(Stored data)
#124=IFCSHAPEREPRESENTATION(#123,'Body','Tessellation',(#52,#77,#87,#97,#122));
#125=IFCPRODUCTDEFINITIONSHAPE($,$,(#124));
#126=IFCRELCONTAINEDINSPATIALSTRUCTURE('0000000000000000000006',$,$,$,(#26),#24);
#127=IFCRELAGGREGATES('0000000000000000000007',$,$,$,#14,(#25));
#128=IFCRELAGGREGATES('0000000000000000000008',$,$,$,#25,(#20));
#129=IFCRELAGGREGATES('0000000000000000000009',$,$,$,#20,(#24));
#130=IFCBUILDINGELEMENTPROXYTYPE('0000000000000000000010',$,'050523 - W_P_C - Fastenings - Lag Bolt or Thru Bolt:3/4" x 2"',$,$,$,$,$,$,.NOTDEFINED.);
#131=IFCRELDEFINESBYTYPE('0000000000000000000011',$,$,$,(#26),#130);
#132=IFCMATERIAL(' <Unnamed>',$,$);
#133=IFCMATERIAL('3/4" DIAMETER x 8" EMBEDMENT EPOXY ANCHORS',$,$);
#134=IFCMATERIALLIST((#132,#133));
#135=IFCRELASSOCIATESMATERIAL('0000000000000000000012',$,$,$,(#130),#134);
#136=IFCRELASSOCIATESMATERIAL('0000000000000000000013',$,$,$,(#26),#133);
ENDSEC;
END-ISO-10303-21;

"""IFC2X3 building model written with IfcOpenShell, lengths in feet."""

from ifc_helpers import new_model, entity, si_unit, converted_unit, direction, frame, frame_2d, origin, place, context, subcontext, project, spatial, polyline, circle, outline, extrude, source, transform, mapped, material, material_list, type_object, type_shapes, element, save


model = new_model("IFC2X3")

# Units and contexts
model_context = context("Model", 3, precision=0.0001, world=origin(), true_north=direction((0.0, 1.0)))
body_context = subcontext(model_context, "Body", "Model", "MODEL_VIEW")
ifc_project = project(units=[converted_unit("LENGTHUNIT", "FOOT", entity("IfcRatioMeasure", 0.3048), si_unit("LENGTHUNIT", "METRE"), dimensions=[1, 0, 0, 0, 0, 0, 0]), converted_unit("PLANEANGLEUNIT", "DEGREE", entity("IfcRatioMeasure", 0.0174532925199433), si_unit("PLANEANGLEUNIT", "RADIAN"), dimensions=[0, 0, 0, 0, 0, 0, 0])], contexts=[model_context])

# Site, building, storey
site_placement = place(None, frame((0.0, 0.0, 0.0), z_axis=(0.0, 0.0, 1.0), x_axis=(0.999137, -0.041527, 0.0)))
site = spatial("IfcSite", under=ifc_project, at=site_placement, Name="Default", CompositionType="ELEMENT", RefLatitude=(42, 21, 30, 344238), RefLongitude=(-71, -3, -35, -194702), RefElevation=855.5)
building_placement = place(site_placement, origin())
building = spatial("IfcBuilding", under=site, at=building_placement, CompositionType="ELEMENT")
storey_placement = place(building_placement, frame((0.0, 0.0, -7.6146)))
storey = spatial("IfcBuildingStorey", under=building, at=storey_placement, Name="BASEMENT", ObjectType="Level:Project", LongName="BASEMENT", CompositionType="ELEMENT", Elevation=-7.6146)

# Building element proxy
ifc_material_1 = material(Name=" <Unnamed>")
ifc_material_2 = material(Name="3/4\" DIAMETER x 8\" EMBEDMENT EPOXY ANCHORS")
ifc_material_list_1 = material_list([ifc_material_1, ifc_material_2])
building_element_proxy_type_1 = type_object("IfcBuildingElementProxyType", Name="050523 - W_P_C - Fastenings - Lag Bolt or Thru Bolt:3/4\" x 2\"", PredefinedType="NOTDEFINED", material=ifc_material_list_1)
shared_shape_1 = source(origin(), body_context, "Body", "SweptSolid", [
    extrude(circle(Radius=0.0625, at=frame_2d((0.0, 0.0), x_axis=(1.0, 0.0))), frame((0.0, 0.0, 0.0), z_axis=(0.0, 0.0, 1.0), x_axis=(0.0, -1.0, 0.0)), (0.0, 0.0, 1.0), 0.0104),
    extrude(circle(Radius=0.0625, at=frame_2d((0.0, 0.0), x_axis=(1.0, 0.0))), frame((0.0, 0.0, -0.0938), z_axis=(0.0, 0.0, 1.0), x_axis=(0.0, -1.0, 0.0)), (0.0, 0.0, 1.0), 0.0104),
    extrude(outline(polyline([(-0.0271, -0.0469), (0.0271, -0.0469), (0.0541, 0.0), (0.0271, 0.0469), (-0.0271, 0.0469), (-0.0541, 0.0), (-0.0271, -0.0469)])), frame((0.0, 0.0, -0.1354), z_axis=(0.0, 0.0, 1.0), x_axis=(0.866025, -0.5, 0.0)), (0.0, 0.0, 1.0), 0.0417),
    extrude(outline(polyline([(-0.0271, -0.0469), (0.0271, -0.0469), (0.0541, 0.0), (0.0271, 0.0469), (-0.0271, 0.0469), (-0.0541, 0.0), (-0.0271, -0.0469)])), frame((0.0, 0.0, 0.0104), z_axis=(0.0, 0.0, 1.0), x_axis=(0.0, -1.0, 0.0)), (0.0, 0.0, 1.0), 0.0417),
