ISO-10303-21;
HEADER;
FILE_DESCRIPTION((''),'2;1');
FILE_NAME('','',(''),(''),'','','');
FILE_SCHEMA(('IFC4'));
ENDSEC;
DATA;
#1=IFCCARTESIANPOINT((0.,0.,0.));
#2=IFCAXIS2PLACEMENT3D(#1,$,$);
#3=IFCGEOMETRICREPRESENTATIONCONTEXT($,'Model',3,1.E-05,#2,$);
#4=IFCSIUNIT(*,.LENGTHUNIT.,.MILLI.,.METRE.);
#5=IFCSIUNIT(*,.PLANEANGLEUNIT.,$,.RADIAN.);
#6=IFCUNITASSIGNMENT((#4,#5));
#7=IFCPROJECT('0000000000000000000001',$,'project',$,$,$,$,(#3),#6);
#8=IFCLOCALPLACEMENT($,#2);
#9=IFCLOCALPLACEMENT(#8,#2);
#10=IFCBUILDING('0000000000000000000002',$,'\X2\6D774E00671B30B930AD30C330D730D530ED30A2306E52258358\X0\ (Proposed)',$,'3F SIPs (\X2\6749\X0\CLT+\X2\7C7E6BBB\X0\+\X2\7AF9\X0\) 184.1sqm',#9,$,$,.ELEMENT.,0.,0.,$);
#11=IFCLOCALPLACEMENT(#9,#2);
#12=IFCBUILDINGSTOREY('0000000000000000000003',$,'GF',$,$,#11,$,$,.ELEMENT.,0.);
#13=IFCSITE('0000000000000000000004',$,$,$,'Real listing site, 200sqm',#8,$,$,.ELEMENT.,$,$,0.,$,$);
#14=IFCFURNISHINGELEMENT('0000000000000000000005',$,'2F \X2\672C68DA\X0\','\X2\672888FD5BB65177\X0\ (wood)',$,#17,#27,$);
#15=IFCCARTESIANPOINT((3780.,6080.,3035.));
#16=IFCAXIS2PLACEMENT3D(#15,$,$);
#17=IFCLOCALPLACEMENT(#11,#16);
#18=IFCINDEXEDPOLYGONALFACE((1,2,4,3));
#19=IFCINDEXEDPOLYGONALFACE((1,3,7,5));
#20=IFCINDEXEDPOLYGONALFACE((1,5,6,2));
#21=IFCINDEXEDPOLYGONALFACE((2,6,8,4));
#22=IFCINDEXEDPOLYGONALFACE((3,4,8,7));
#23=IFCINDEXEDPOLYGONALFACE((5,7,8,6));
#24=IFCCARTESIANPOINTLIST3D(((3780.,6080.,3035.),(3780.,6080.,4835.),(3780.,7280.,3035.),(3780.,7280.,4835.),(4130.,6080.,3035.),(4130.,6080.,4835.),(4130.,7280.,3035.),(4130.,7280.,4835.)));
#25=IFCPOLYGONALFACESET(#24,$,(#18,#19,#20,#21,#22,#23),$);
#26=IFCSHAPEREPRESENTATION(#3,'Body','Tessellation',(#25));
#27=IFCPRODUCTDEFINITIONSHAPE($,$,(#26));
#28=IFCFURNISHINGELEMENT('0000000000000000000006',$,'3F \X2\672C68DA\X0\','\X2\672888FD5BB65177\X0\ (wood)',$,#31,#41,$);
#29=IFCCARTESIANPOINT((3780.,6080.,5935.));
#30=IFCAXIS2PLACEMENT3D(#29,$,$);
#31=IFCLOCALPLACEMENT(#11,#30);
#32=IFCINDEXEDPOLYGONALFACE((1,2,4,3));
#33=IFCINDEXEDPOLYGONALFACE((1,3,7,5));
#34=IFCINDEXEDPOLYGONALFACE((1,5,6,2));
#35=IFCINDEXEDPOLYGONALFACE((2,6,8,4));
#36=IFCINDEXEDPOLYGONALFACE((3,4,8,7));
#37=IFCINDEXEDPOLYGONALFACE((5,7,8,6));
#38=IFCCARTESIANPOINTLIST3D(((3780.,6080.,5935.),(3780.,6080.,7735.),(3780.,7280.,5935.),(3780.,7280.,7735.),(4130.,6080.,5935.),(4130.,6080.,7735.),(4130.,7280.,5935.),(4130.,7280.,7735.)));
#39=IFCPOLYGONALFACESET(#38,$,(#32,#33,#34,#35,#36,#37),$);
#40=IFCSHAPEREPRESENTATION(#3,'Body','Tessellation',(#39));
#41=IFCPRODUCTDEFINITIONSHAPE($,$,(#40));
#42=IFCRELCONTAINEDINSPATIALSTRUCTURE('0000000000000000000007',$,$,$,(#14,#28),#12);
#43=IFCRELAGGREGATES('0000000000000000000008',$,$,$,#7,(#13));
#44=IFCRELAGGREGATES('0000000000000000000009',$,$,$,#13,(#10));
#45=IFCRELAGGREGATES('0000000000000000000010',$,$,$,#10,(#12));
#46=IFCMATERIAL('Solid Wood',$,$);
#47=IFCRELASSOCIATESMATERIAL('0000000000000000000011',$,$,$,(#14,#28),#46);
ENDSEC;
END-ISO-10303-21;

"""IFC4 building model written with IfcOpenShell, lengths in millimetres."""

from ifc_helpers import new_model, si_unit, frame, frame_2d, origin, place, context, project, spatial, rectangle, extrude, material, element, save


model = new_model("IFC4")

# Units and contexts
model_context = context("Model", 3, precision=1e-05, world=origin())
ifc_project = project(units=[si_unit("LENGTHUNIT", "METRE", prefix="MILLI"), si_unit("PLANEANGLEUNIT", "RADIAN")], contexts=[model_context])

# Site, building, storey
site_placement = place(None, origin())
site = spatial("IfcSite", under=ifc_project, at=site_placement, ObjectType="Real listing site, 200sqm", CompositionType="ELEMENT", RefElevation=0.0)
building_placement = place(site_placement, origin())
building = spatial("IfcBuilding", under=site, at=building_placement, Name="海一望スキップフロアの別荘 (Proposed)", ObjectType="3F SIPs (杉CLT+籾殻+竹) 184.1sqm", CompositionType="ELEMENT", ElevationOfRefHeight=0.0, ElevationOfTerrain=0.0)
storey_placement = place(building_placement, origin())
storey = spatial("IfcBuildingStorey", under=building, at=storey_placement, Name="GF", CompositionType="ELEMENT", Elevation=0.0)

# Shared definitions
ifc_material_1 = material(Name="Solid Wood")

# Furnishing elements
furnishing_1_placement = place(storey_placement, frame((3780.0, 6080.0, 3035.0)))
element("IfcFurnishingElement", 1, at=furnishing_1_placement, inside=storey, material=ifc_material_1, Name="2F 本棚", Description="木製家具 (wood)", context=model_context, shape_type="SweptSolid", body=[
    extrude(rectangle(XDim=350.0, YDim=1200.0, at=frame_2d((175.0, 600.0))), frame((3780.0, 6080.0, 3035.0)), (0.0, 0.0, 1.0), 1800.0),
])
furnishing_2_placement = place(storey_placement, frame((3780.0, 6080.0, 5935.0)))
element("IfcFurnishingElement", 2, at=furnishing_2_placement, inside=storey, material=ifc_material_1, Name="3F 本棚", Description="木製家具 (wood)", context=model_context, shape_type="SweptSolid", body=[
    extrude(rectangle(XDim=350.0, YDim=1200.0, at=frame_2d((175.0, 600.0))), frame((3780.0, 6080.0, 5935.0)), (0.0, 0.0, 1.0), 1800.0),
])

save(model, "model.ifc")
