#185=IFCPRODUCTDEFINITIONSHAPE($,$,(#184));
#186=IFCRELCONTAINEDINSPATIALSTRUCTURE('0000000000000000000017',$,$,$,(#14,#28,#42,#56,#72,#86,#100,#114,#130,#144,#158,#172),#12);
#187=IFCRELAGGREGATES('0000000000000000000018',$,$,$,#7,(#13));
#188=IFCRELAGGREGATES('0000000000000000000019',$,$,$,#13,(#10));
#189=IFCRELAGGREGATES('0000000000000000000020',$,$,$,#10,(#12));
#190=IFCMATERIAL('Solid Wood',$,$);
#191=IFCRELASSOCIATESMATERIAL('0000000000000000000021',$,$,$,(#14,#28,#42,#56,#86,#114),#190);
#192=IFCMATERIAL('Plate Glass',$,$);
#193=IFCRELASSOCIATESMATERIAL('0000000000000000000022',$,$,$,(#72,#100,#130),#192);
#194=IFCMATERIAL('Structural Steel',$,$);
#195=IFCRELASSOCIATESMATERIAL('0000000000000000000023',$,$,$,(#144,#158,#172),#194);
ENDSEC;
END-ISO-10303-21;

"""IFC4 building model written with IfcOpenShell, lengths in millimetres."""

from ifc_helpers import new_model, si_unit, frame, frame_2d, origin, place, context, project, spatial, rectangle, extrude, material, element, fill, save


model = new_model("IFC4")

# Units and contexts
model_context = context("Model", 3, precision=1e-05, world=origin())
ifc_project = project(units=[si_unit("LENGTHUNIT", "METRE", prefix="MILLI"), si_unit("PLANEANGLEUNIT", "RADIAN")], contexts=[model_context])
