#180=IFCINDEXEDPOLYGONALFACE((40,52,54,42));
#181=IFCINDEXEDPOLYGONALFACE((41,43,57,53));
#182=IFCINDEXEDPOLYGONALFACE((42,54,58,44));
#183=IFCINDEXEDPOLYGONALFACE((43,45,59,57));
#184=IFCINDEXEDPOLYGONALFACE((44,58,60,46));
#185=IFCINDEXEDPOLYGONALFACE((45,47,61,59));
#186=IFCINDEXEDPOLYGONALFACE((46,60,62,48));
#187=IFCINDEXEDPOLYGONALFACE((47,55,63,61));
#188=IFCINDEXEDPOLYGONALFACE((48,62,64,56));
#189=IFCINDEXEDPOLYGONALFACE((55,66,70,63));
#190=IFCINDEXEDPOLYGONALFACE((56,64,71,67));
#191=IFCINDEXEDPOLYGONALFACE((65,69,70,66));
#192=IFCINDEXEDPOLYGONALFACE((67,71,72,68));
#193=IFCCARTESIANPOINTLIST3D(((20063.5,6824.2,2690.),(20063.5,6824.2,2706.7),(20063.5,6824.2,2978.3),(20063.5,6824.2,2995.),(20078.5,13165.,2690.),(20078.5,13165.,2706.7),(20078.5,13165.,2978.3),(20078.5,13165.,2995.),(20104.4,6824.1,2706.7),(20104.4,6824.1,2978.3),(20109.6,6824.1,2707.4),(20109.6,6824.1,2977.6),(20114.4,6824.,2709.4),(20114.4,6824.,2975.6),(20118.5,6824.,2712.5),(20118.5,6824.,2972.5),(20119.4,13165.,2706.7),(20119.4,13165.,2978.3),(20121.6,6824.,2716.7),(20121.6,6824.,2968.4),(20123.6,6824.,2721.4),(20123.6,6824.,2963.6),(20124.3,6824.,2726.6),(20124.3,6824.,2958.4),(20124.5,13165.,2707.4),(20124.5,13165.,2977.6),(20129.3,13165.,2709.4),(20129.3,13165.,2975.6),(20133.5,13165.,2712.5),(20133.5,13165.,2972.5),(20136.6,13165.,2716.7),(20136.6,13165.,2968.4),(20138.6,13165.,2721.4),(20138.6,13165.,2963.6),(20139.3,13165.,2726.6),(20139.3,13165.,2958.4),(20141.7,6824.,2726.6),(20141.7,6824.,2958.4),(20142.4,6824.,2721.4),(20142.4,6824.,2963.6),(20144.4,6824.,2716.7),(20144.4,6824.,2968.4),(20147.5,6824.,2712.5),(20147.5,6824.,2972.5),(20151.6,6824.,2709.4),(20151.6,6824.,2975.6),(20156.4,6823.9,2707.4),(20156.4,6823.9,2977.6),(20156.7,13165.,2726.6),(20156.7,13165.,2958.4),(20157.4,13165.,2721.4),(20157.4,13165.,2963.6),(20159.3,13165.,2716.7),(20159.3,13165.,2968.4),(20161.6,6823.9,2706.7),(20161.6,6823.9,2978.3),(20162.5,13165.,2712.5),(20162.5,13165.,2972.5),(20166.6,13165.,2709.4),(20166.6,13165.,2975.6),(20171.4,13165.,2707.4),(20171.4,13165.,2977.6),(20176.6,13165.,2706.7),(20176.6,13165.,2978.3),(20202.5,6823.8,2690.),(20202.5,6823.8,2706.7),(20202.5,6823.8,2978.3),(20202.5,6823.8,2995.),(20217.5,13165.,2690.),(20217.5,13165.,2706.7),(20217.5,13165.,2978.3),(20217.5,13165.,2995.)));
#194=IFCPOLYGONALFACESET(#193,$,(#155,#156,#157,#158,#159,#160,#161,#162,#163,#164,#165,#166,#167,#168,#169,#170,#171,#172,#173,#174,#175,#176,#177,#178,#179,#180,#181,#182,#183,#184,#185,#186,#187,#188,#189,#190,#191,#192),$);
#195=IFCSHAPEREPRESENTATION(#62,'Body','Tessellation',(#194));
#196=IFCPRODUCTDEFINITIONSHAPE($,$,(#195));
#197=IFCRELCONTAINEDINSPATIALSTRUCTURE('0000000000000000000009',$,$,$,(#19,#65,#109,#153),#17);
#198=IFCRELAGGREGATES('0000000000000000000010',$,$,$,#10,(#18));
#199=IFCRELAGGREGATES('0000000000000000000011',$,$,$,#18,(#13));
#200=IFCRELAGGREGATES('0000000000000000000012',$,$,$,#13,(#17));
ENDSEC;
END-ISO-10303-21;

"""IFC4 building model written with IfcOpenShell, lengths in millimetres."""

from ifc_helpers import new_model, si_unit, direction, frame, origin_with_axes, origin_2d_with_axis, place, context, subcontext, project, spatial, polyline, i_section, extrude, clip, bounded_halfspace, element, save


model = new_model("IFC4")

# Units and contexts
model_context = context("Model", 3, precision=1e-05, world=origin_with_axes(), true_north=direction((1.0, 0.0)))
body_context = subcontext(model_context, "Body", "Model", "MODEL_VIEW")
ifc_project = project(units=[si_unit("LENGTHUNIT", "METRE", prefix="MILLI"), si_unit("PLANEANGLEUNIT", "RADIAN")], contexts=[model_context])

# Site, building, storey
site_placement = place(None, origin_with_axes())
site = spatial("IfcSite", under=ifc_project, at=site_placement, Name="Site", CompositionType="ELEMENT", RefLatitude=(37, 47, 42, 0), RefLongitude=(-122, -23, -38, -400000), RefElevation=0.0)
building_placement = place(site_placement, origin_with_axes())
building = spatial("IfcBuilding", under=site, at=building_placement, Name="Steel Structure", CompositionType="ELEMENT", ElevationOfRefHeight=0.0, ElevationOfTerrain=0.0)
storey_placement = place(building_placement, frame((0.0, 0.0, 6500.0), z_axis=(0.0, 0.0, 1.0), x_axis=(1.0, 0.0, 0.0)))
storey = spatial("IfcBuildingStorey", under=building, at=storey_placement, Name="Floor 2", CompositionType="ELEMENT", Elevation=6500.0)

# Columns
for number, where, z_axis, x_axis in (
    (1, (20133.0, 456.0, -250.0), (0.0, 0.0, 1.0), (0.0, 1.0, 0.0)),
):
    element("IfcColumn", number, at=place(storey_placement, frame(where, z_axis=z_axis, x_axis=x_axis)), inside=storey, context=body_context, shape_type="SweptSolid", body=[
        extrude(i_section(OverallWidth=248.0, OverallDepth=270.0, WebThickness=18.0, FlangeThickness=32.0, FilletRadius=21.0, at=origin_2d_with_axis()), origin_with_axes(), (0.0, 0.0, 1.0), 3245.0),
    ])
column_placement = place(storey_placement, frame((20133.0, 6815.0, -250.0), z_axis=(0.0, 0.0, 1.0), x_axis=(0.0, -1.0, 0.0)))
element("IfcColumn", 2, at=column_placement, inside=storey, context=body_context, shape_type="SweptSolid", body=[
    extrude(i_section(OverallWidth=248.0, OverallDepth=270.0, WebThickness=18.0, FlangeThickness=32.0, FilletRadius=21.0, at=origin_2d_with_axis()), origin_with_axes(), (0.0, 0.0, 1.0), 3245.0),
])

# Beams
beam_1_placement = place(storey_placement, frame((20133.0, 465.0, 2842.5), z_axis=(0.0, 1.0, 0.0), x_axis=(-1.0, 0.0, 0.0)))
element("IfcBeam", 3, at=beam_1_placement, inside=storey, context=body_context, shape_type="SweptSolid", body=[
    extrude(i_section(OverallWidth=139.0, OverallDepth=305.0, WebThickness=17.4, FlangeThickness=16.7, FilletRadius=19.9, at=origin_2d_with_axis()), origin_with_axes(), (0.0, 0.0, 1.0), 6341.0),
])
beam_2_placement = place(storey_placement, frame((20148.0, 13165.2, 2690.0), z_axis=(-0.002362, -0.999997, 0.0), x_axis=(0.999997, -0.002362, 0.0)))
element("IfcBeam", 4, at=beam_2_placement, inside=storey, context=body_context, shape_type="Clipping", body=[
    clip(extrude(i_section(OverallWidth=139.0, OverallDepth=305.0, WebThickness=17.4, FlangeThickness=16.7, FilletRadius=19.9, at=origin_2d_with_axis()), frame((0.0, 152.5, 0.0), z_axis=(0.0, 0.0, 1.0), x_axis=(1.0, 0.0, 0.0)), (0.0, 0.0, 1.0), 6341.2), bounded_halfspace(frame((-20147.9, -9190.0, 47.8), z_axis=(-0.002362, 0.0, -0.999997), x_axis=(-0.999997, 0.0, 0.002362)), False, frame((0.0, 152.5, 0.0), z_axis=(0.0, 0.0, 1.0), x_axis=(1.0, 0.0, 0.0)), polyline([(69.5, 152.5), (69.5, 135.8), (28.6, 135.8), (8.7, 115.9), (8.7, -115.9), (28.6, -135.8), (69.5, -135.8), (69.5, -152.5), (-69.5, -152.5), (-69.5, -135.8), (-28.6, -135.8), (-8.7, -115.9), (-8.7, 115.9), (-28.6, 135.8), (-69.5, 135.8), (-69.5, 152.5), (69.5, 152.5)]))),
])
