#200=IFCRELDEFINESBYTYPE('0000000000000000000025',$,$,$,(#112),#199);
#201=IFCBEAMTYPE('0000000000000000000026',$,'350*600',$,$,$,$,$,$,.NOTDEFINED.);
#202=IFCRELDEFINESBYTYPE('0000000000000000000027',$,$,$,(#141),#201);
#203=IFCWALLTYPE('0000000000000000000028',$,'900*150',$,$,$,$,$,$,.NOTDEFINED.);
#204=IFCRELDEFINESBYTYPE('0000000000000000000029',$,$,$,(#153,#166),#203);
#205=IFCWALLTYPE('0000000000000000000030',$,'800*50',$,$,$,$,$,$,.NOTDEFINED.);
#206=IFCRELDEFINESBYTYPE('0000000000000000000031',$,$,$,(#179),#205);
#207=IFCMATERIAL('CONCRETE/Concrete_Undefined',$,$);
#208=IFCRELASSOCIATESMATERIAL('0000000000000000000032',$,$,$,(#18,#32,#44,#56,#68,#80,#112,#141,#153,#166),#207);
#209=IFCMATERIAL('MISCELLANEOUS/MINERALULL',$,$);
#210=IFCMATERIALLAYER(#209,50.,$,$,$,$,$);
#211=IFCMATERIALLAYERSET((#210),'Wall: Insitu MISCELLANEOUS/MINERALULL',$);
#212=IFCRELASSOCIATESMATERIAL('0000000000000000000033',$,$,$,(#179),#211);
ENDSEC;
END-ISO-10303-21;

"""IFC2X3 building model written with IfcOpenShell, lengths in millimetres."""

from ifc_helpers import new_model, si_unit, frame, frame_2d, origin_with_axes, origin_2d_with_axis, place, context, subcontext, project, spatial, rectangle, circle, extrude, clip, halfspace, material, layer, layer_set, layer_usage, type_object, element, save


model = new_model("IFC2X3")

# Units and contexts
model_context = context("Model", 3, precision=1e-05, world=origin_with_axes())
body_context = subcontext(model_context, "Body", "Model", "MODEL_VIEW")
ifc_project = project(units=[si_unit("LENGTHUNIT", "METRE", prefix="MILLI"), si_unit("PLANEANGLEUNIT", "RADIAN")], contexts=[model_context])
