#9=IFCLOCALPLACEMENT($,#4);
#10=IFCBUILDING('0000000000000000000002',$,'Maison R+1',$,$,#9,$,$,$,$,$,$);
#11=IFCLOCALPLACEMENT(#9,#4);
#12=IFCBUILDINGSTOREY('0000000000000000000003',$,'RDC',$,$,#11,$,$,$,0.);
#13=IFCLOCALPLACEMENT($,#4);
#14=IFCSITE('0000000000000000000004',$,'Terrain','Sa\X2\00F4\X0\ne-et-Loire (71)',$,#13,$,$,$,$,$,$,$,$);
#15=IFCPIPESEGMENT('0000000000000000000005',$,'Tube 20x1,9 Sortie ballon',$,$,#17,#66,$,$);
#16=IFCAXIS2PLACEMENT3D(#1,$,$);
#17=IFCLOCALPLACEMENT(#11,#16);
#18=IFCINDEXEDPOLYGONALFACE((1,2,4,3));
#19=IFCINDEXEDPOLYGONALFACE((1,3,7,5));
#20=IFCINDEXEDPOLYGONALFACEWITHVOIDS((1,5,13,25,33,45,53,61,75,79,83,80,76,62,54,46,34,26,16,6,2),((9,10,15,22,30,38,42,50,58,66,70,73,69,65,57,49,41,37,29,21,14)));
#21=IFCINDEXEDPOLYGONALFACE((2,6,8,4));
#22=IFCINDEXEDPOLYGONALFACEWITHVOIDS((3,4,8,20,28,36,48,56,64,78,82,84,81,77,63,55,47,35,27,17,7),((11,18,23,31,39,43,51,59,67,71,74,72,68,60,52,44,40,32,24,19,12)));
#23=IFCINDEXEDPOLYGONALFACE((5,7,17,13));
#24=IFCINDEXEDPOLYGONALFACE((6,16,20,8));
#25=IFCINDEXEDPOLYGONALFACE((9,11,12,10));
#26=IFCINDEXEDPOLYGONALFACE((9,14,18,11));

▸ **Your instructions**: Scan the entries above for the string "DIAMETER" and copy each line that contains it.

▸ **Answer space**:
#133=IFCMATERIAL('3/4" DIAMETER x 8" EMBEDMENT EPOXY ANCHORS',$,$);
ifc_material_2 = material(Name="3/4\" DIAMETER x 8\" EMBEDMENT EPOXY ANCHORS")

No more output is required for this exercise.